■ Exercise brief: From the data below, repeat exactly the lines from the line with "#13=IFCAXIS2PLACEMENT3D(#12,$,$);" to the line with "#21=IFCCARTESIANPOINT((0.,0.,-7685.6));", both included.
####
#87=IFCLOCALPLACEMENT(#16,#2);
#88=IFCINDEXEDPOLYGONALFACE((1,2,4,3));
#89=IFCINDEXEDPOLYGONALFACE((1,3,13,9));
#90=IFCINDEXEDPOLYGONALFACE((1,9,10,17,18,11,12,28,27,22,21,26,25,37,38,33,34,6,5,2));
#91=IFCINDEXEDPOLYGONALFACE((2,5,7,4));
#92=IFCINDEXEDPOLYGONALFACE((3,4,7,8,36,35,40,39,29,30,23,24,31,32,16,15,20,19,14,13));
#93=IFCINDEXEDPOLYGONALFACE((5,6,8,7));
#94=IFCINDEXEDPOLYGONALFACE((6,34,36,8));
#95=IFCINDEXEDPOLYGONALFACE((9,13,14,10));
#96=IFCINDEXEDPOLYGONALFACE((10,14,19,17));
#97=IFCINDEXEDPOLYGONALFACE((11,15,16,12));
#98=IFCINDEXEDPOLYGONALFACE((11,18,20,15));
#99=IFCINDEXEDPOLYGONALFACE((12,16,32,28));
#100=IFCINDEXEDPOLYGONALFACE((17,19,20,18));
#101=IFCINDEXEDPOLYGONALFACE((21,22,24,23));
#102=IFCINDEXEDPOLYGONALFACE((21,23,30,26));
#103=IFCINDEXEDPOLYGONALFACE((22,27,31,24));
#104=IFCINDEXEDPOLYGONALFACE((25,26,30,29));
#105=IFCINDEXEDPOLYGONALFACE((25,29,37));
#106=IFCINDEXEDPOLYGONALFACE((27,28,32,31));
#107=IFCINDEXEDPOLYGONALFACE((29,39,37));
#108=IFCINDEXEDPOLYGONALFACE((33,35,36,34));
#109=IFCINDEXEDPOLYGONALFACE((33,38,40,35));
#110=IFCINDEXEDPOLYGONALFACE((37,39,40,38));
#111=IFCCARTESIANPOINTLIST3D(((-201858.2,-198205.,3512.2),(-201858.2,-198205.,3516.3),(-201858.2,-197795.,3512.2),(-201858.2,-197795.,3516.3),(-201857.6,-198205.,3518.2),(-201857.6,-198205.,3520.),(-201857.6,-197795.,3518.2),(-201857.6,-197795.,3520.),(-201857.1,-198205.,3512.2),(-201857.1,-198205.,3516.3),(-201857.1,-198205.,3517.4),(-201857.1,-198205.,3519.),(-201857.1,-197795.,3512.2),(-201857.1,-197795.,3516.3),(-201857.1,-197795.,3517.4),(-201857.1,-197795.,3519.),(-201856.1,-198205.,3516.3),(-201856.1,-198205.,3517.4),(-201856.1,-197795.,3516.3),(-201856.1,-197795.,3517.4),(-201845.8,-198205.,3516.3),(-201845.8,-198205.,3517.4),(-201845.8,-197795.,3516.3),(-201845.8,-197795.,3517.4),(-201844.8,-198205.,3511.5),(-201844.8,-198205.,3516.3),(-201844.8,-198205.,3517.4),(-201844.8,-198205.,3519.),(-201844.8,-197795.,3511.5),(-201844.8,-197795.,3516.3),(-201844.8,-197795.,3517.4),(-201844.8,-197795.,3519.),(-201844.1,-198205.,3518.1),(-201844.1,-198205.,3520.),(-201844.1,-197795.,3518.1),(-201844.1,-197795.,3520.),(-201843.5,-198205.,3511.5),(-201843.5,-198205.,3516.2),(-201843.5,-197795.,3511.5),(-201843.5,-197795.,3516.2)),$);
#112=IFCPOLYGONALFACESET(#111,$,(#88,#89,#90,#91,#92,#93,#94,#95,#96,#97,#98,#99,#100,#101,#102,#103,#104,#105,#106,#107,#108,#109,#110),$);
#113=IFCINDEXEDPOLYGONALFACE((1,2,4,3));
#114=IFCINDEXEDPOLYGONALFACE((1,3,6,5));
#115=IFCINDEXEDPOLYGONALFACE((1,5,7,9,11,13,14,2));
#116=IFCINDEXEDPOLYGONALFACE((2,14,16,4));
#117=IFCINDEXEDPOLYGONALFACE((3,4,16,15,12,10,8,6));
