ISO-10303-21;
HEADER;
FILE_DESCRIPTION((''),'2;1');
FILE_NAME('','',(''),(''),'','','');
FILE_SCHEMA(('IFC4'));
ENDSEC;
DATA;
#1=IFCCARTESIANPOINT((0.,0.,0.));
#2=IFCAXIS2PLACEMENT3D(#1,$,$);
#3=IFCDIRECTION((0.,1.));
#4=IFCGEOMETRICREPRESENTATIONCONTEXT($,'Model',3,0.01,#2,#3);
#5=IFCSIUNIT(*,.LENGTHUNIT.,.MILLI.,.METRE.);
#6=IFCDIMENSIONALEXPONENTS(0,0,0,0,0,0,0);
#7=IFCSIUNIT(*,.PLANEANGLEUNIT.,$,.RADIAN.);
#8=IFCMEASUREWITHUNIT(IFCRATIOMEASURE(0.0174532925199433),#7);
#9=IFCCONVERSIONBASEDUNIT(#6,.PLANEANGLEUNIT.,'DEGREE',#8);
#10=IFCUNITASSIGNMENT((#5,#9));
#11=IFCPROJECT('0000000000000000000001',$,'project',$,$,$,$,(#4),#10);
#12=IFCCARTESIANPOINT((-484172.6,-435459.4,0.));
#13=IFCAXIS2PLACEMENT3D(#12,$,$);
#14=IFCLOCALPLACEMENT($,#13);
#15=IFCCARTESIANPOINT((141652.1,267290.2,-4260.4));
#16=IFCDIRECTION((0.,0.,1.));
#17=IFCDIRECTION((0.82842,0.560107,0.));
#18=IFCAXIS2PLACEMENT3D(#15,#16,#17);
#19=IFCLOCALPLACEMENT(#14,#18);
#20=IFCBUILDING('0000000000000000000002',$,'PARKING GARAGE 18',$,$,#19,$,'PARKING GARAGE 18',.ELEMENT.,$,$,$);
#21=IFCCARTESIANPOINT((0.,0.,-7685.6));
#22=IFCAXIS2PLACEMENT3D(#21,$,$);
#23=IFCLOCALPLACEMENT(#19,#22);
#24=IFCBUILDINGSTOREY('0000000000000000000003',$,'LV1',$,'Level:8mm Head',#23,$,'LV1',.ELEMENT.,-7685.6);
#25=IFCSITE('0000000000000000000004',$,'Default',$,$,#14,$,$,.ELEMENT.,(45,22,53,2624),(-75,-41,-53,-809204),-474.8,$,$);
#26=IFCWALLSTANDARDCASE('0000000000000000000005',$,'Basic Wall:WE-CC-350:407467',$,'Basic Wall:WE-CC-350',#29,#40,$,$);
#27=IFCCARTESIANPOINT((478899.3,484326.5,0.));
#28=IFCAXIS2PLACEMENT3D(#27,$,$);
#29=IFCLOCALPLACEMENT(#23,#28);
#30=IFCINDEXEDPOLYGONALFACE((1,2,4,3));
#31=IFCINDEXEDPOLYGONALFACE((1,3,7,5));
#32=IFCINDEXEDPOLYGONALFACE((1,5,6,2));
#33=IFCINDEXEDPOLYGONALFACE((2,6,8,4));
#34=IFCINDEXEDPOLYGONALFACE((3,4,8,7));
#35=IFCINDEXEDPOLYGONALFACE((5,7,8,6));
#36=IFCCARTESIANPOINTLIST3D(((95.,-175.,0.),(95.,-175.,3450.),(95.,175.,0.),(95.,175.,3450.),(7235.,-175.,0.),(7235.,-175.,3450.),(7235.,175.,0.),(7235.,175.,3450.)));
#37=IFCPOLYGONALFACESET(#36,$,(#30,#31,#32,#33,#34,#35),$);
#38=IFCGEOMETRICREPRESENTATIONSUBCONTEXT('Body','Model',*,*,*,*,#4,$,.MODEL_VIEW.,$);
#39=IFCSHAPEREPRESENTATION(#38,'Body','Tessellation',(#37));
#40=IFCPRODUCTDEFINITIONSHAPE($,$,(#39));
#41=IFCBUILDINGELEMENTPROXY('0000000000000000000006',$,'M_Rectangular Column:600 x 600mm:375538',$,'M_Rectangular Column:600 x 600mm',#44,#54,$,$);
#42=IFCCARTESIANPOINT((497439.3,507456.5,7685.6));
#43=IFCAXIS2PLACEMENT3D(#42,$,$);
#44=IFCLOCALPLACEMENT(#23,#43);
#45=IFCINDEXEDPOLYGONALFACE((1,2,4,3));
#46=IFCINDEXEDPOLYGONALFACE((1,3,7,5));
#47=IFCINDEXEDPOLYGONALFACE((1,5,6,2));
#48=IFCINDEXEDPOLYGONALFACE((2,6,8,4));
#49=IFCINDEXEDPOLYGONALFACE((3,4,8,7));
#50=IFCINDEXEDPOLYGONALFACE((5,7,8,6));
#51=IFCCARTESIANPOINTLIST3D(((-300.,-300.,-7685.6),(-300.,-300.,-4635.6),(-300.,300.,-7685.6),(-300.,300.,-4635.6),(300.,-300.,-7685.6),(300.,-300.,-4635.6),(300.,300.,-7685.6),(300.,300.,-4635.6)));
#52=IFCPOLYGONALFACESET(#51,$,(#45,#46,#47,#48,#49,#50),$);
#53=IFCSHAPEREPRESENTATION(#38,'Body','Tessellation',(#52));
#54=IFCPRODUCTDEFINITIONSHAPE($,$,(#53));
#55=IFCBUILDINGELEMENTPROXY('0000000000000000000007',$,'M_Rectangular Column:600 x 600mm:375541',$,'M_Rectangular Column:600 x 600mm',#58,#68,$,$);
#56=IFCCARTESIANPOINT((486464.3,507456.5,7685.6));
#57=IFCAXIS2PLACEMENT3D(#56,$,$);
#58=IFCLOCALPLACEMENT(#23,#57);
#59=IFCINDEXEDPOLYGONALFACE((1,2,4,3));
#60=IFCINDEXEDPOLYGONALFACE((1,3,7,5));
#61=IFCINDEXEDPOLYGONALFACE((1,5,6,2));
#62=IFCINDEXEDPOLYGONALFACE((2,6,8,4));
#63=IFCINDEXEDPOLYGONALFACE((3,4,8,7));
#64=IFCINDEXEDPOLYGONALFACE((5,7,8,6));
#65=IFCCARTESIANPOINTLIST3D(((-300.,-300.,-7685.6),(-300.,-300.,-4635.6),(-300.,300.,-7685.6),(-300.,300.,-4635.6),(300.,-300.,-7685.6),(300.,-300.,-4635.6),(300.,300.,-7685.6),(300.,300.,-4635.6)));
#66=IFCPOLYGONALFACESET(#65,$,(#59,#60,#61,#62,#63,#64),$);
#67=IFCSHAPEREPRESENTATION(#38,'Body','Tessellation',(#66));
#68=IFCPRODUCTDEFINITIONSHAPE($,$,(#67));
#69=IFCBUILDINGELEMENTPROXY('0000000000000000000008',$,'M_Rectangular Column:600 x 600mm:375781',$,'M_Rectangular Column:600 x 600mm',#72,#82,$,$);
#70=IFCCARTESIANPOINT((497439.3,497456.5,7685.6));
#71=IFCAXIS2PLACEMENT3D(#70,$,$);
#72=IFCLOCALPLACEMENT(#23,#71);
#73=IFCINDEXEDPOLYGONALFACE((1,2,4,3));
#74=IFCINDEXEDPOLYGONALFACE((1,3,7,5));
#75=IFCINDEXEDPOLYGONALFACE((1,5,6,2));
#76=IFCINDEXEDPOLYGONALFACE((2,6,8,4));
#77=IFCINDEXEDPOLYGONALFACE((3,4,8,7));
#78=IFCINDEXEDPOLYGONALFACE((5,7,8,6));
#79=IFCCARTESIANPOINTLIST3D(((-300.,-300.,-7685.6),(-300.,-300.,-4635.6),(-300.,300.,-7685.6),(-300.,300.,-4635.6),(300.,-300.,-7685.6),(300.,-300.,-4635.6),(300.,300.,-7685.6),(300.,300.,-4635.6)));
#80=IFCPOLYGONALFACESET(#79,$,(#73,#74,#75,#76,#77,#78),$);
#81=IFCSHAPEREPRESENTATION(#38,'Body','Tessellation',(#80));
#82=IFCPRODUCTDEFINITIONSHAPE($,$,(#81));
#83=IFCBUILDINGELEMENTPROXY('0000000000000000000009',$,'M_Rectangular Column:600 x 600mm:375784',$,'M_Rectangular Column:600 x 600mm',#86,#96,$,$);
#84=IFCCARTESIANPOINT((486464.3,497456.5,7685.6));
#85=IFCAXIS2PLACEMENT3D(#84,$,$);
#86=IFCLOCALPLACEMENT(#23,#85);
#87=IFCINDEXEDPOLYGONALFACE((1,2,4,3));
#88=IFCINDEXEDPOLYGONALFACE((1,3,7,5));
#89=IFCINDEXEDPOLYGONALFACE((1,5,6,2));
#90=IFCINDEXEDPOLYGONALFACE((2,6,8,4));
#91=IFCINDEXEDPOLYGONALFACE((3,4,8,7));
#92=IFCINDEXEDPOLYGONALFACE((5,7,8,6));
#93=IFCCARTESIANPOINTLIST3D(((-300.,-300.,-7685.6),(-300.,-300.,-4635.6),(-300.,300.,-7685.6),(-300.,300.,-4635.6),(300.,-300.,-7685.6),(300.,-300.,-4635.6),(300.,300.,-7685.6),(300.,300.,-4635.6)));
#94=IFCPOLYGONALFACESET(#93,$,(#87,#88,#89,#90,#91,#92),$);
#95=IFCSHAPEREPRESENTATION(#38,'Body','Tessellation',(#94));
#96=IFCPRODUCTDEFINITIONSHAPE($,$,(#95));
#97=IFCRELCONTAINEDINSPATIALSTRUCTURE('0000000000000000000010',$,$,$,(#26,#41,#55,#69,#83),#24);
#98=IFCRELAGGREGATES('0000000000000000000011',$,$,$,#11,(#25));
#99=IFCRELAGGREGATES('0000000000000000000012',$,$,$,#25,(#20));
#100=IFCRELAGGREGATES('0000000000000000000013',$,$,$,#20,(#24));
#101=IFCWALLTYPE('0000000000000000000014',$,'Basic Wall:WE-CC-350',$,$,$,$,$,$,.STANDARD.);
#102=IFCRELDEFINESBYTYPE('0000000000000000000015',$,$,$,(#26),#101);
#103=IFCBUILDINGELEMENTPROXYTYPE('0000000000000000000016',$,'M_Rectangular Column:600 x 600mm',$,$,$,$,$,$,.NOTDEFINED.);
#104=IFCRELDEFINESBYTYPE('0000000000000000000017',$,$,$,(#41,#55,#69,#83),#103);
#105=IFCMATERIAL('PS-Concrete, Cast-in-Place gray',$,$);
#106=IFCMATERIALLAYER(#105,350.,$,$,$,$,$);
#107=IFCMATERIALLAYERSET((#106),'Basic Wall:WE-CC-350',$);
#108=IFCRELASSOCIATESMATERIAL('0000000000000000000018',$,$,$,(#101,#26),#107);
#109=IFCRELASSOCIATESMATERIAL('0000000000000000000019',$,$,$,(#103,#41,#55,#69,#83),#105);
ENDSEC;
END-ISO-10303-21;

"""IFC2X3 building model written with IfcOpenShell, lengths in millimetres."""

from ifc_helpers import new_model, entity, si_unit, converted_unit, direction, frame, frame_2d, origin, origin_2d_with_axis, place, context, subcontext, project, spatial, rectangle, extrude, source, transform, mapped, material, layer, layer_set, layer_usage, type_object, type_shapes, element, save


model = new_model("IFC2X3")

# Units and contexts
model_context = context("Model", 3, precision=0.01, world=origin(), true_north=direction((0.0, 1.0)))
body_context = subcontext(model_context, "Body", "Model", "MODEL_VIEW")
ifc_project = project(units=[si_unit("LENGTHUNIT", "METRE", prefix="MILLI"), converted_unit("PLANEANGLEUNIT", "DEGREE", entity("IfcRatioMeasure", 0.0174532925199433), si_unit("PLANEANGLEUNIT", "RADIAN"), dimensions=[0, 0, 0, 0, 0, 0, 0])], contexts=[model_context])

# Site, building, storey
site_placement = place(None, frame((-484172.6, -435459.4, 0.0)))
site = spatial("IfcSite", under=ifc_project, at=site_placement, Name="Default", CompositionType="ELEMENT", RefLatitude=(45, 22, 53, 2624), RefLongitude=(-75, -41, -53, -809204), RefElevation=-474.8)
building_placement = place(site_placement, frame((141652.1, 267290.2, -4260.4), z_axis=(0.0, 0.0, 1.0), x_axis=(0.82842, 0.560107, 0.0)))
building = spatial("IfcBuilding", under=site, at=building_placement, Name="PARKING GARAGE 18", LongName="PARKING GARAGE 18", CompositionType="ELEMENT")
storey_placement = place(building_placement, frame((0.0, 0.0, -7685.6)))
storey = spatial("IfcBuildingStorey", under=building, at=storey_placement, Name="LV1", ObjectType="Level:8mm Head", LongName="LV1", CompositionType="ELEMENT", Elevation=-7685.6)

# Shared definitions
ifc_material_1 = material(Name="PS-Concrete, Cast-in-Place gray")

# Wall
ifc_layer_1 = layer(ifc_material_1, 350.0)
ifc_layer_set_1 = layer_set([ifc_layer_1], Name="Basic Wall:WE-CC-350")
ifc_layer_usage_1 = layer_usage(ifc_layer_set_1, "AXIS2", "POSITIVE", -175.0)
wall_type_1 = type_object("IfcWallType", Name="Basic Wall:WE-CC-350", PredefinedType="STANDARD", material=ifc_layer_set_1)
wall_1_placement = place(storey_placement, frame((478899.3, 484326.5, 0.0)))
element("IfcWallStandardCase", 1, at=wall_1_placement, inside=storey, type_object=wall_type_1, material=ifc_layer_usage_1, Name="Basic Wall:WE-CC-350:407467", ObjectType="Basic Wall:WE-CC-350", context=body_context, shape_type="SweptSolid", body=[
    extrude(rectangle(XDim=7140.0, YDim=350.0, at=frame_2d((3665.0, 0.0), x_axis=(-1.0, 0.0))), origin(), (0.0, 0.0, 1.0), 3450.0),
])

# Building element proxies
building_element_proxy_type = type_object("IfcBuildingElementProxyType", Name="M_Rectangular Column:600 x 600mm", PredefinedType="NOTDEFINED", material=ifc_material_1)
shared_shape_1 = source(origin(), body_context, "Body", "SweptSolid", [
    extrude(rectangle(XDim=600.0, YDim=600.0, at=origin_2d_with_axis()), frame((0.0, 0.0, -7685.6), z_axis=(0.0, 0.0, 1.0), x_axis=(-1.0, 0.0, 0.0)), (0.0, 0.0, 1.0), 3050.0),
])
type_shapes(building_element_proxy_type, [shared_shape_1])
for number, where, name in (
    (2, (497439.3, 507456.5, 7685.6), "M_Rectangular Column:600 x 600mm:375538"),
    (3, (486464.3, 507456.5, 7685.6), "M_Rectangular Column:600 x 600mm:375541"),
    (4, (497439.3, 497456.5, 7685.6), "M_Rectangular Column:600 x 600mm:375781"),
    (5, (486464.3, 497456.5, 7685.6), "M_Rectangular Column:600 x 600mm:375784"),
):
    element("IfcBuildingElementProxy", number, at=place(storey_placement, frame(where)), inside=storey, type_object=building_element_proxy_type, material=ifc_material_1, Name=name, ObjectType="M_Rectangular Column:600 x 600mm", context=body_context, shape_type="MappedRepresentation", body=[
        mapped(shared_shape_1, transform((0.0, 0.0, 0.0), scale=1.0)),
    ])

save(model, "model.ifc")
####
■ Completed exercise:
#13=IFCAXIS2PLACEMENT3D(#12,$,$);
#14=IFCLOCALPLACEMENT($,#13);
#15=IFCCARTESIANPOINT((141652.1,267290.2,-4260.4));
#16=IFCDIRECTION((0.,0.,1.));
#17=IFCDIRECTION((0.82842,0.560107,0.));
#18=IFCAXIS2PLACEMENT3D(#15,#16,#17);
#19=IFCLOCALPLACEMENT(#14,#18);
#20=IFCBUILDING('0000000000000000000002',$,'PARKING GARAGE 18',$,$,#19,$,'PARKING GARAGE 18',.ELEMENT.,$,$,$);
#21=IFCCARTESIANPOINT((0.,0.,-7685.6));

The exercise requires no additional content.